- Born: 1967 Ikot Ekpene
- Died: February 14, 2001 (aged 33–34) New York City
- Alma mater: Morgan State University;
- Occupation: Photographer

= Mmekutmfon Essien =

Nigerian-American photographer (1967–2001)

Mmekutmfon "Mfon" Essien (1967 – February 14, 2001) was a Nigerian-American photographer.

Mmekutmfon Essien was born in 1967 in Ikot Ekpene, Nigeria, the daughter of Adiaha Essien. Her family emigrated to the United States when she was two years old and she was raised in Baltimore, Maryland. She graduated with a BA from Morgan State University.

In the early 1990s, Essien moved to New York City to work as a fashion photographer for outlets including Vibe and People. She had her art gallery debut at Rush Arts in Chelsea in 1996.

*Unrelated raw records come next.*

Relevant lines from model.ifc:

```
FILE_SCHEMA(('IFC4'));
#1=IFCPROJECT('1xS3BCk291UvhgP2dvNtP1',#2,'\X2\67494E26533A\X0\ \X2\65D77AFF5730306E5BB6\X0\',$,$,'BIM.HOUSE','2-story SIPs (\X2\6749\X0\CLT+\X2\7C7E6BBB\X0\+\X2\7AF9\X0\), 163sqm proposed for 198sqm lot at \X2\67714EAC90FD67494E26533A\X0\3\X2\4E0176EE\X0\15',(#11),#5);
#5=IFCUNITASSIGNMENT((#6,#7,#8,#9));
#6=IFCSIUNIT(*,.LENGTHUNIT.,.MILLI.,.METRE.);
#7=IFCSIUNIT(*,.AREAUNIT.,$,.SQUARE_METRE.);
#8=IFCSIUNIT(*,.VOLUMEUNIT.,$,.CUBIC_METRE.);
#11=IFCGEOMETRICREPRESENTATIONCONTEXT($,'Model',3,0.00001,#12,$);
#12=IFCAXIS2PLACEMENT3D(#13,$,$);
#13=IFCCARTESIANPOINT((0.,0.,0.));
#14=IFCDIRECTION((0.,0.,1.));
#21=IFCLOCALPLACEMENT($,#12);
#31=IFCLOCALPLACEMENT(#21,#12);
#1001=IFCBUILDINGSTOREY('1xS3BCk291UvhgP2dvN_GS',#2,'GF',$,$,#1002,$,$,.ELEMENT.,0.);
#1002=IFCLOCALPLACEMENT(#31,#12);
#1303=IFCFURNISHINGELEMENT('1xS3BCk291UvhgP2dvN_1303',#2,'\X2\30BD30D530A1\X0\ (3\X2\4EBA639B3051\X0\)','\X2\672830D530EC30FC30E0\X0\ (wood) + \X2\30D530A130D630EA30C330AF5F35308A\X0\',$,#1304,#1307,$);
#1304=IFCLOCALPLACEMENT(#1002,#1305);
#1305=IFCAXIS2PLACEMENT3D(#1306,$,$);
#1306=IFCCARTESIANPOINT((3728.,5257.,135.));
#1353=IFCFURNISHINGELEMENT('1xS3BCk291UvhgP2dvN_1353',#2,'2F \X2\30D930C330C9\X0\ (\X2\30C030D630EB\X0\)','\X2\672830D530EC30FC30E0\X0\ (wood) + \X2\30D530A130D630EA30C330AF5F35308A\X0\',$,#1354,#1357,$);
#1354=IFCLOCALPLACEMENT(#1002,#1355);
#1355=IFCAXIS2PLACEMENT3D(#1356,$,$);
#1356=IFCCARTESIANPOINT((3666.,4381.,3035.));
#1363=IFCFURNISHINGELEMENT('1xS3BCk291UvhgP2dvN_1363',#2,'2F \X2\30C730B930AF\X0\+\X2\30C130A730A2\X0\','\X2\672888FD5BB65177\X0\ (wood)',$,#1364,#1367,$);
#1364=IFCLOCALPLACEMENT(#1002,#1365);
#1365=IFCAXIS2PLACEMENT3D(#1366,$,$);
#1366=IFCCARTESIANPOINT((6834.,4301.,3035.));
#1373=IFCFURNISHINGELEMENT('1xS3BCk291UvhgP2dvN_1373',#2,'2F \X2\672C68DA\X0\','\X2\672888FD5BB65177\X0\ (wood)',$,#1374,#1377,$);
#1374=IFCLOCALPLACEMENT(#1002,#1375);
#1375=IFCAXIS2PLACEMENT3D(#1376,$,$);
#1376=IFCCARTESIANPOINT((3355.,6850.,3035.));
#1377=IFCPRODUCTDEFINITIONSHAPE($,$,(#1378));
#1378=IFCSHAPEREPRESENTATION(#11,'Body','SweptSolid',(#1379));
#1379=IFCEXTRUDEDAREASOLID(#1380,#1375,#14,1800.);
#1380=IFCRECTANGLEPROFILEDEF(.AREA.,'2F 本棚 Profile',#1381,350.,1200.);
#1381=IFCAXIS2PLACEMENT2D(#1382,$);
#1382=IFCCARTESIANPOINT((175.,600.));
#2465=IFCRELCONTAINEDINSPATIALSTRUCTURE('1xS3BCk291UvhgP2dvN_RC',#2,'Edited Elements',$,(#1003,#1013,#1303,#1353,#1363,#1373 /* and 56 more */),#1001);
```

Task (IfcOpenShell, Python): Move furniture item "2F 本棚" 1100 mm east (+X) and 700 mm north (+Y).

```python
import ifcopenshell
import ifcopenshell.api.geometry
import ifcopenshell.util.placement
import ifcopenshell.util.unit

model = ifcopenshell.open("model.ifc")
unit_scale = ifcopenshell.util.unit.calculate_unit_scale(model)

item = model.by_guid("1xS3BCk291UvhgP2dvN_1373")
matrix = ifcopenshell.util.placement.get_local_placement(item.ObjectPlacement)
matrix[0, 3] += 1.1 / unit_scale
matrix[1, 3] += 0.7 / unit_scale
ifcopenshell.api.geometry.edit_object_placement(model, product=item, matrix=matrix, is_si=False)

print(ifcopenshell.util.placement.get_local_placement(item.ObjectPlacement).round(3) + 0.0)

model.write("model_edited.ifc")
```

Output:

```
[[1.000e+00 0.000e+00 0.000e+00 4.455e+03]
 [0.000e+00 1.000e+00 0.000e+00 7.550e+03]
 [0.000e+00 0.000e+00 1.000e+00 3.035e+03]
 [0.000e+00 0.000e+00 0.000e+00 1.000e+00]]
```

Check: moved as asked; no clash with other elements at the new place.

Essien was diagnosed with terminal breast cancer in 1998 and had a radical mastectomy. In response, she created a series of nude self-portraits called The Amazon's New Clothes. This work was featured at the 2000 Dakar Biennale and two of the photos were part of the exhibit Committed to the Image: Contemporary Black Photographers, which opened the day after her death at the Brooklyn Museum of Art.

Essien died on 14 February 2001 in New York City.

== Legacy ==
In 2018, Laylah Amatullah Barrayn and Adama Delphine Fawundu launched the biannual journal Mfon: Women Photographers of the African Diaspora, which was named in honor of Essien.